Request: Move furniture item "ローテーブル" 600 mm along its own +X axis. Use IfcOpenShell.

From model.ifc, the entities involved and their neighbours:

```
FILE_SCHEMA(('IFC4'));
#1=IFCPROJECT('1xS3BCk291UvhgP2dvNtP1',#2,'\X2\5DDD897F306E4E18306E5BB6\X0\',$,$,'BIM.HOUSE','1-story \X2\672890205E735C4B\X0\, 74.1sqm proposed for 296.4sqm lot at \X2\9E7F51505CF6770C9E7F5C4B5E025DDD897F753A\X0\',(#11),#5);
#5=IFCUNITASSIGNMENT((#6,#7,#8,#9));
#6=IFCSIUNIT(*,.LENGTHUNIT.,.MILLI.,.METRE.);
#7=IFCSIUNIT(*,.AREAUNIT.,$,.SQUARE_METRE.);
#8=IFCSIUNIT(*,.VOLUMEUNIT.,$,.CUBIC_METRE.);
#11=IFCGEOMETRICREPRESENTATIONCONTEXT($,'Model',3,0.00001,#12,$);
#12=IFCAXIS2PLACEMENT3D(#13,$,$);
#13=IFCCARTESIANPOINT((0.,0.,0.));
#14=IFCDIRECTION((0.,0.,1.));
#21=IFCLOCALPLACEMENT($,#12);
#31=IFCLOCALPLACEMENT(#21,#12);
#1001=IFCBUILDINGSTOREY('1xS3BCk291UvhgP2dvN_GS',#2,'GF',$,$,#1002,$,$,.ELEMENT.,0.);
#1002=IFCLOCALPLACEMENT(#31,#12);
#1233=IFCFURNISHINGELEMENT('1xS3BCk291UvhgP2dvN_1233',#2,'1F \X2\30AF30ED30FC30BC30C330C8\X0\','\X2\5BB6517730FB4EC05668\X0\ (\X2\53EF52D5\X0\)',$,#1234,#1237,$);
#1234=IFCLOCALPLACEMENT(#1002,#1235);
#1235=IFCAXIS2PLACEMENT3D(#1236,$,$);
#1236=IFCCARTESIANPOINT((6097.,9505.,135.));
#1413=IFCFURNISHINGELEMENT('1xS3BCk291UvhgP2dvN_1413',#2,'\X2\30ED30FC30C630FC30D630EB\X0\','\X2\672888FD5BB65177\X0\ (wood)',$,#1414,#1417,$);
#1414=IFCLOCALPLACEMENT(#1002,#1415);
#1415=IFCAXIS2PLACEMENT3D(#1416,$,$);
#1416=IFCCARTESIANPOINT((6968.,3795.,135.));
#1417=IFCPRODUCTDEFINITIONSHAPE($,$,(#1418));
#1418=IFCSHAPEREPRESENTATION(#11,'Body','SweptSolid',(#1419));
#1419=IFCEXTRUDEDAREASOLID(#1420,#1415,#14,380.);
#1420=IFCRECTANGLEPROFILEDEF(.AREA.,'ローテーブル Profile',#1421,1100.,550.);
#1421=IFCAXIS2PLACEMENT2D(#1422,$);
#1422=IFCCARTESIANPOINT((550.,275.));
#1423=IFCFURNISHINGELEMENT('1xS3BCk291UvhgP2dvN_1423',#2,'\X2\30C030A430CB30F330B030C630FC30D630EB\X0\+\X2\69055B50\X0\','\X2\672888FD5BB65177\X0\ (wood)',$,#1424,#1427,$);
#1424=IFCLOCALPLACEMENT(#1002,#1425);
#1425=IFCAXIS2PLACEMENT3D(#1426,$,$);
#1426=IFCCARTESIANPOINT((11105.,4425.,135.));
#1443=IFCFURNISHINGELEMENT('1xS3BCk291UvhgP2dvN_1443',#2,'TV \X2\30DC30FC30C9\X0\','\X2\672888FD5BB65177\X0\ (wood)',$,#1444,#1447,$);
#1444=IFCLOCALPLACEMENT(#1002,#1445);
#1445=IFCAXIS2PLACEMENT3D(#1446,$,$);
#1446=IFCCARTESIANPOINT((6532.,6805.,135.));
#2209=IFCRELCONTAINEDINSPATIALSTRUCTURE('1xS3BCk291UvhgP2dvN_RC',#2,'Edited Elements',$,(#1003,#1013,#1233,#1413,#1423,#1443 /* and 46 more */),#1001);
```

```python
import ifcopenshell
import ifcopenshell.api.geometry
import ifcopenshell.util.placement
import ifcopenshell.util.unit

model = ifcopenshell.open("model.ifc")
unit_scale = ifcopenshell.util.unit.calculate_unit_scale(model)

item = model.by_guid("1xS3BCk291UvhgP2dvN_1413")
matrix = ifcopenshell.util.placement.get_local_placement(item.ObjectPlacement)
matrix[:3, 3] += matrix[:3, 0] * 0.6 / unit_scale
ifcopenshell.api.geometry.edit_object_placement(model, product=item, matrix=matrix, is_si=False)

print(ifcopenshell.util.placement.get_local_placement(item.ObjectPlacement).round(3) + 0.0)

model.write("model_rev.ifc")
```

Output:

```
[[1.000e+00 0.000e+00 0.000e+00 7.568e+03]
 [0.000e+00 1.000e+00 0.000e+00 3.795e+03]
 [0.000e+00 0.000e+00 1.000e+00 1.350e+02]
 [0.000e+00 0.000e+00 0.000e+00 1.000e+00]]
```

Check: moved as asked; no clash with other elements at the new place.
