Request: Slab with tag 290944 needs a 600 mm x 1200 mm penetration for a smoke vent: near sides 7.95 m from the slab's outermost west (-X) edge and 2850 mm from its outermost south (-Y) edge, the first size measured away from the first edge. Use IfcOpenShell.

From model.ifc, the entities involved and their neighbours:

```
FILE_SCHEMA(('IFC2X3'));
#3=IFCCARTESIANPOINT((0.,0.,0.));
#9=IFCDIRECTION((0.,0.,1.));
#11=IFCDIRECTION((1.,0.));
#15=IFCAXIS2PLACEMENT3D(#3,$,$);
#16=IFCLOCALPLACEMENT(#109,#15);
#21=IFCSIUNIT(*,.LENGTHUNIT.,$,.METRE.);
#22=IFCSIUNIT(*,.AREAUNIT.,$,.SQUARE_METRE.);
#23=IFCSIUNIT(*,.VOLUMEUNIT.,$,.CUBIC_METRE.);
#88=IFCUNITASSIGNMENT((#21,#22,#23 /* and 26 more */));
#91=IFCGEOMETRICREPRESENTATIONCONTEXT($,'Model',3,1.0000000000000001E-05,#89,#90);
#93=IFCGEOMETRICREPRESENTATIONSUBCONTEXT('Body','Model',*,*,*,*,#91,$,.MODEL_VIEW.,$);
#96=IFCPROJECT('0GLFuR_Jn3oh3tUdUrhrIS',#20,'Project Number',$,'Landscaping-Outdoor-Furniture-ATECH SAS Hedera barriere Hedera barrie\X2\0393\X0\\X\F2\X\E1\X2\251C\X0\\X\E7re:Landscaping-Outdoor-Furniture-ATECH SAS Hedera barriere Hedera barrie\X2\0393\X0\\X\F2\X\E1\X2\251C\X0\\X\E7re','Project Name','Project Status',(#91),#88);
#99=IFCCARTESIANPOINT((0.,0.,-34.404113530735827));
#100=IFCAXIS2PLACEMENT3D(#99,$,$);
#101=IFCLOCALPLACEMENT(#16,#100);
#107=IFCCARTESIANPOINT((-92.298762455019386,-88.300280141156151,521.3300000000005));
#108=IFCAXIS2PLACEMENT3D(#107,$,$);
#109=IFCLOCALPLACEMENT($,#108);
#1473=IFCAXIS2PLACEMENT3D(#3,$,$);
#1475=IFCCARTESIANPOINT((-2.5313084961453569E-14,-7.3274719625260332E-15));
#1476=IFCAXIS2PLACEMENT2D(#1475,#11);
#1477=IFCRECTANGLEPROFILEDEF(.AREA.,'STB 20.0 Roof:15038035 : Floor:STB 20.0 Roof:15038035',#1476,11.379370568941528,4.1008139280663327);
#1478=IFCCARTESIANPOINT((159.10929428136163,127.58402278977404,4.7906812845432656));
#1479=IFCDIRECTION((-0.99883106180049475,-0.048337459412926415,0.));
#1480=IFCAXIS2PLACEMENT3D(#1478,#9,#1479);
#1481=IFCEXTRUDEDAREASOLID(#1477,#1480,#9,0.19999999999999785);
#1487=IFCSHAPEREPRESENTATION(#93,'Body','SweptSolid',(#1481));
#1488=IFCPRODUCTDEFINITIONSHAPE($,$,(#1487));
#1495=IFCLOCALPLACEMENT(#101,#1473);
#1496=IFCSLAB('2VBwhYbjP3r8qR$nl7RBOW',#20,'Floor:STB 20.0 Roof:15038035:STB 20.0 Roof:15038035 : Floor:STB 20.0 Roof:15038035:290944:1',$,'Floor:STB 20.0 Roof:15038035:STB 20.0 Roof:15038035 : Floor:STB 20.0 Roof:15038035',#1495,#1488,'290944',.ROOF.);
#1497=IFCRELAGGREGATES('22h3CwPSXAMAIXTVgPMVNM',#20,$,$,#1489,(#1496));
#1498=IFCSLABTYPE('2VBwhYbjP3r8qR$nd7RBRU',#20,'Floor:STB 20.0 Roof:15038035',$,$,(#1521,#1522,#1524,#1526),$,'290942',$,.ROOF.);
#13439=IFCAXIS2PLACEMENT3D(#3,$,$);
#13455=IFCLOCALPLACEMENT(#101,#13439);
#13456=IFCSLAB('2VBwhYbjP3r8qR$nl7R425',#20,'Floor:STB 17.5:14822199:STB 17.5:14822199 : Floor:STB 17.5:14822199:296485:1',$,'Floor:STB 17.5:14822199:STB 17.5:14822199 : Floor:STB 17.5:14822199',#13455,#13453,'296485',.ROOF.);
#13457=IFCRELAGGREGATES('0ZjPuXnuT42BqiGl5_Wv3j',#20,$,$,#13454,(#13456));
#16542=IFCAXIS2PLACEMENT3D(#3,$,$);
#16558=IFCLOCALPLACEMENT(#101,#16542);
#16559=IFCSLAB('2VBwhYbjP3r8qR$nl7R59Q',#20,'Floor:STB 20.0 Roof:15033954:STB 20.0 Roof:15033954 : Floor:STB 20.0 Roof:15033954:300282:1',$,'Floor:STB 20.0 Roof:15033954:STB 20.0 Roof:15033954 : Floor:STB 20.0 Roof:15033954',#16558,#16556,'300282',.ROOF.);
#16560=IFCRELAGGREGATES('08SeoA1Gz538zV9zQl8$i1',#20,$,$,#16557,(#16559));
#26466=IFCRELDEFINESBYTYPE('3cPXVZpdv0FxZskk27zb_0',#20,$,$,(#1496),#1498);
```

```python
import numpy as np
import ifcopenshell
import ifcopenshell.api.feature
import ifcopenshell.api.geometry
import ifcopenshell.api.root
import ifcopenshell.geom
import ifcopenshell.util.placement
import ifcopenshell.util.representation
import ifcopenshell.util.shape
import ifcopenshell.util.unit

model = ifcopenshell.open("model.ifc")
unit_scale = ifcopenshell.util.unit.calculate_unit_scale(model)
settings = ifcopenshell.geom.settings()


def volume(element):
    """Net volume in cubic metres, openings subtracted."""
    shape = ifcopenshell.geom.create_shape(settings, element)
    return ifcopenshell.util.shape.get_volume(shape.geometry)


slab = model.by_id(1496)
before = volume(slab)

# Extent in the slab's own axes, in metres. The edges named are its -X and -Y sides.
slab_shape = ifcopenshell.geom.create_shape(settings, slab)
vertices = ifcopenshell.util.shape.get_vertices(slab_shape.geometry)
x_min, y_min, bottom = vertices.min(axis=0)
top = vertices[:, 2].max()

opening = ifcopenshell.api.root.create_entity(model, ifc_class="IfcOpeningElement", name="Smoke vent opening")
context = ifcopenshell.util.representation.get_context(model, "Model", "Body", "MODEL_VIEW")
width, depth = 0.6, 1.2
outline = [(0.0, 0.0), (width, 0.0), (width, depth), (0.0, depth), (0.0, 0.0)]
# Overshoot both faces by 50 mm so the cut is clean.
shape = ifcopenshell.api.geometry.add_slab_representation(
    model, context=context, depth=top - bottom + 0.1, polyline=outline
)
ifcopenshell.api.geometry.assign_representation(model, product=opening, representation=shape)

matrix = ifcopenshell.util.placement.get_local_placement(slab.ObjectPlacement)
matrix[:, 3] = matrix @ np.append(np.array([x_min + 7.95, y_min + 2.85, bottom - 0.05]) / unit_scale, 1.0)
ifcopenshell.api.geometry.edit_object_placement(model, product=opening, matrix=matrix, is_si=False)
ifcopenshell.api.feature.add_feature(model, feature=opening, element=slab)

after = volume(slab)

print(f"slab volume {before:.3f} -> {after:.3f} m3")

model.write("model_updated.ifc")
```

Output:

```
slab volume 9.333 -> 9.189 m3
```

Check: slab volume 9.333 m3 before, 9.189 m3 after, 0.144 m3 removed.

□ □ □ □

▸ **What is required**: Pick every line of the data that includes the string "IFCUNITASSIGNMENT".

▸ **Exercise response**:
#5=IFCUNITASSIGNMENT((#6,#7,#8,#9));
#88=IFCUNITASSIGNMENT((#21,#22,#23 /* and 26 more */));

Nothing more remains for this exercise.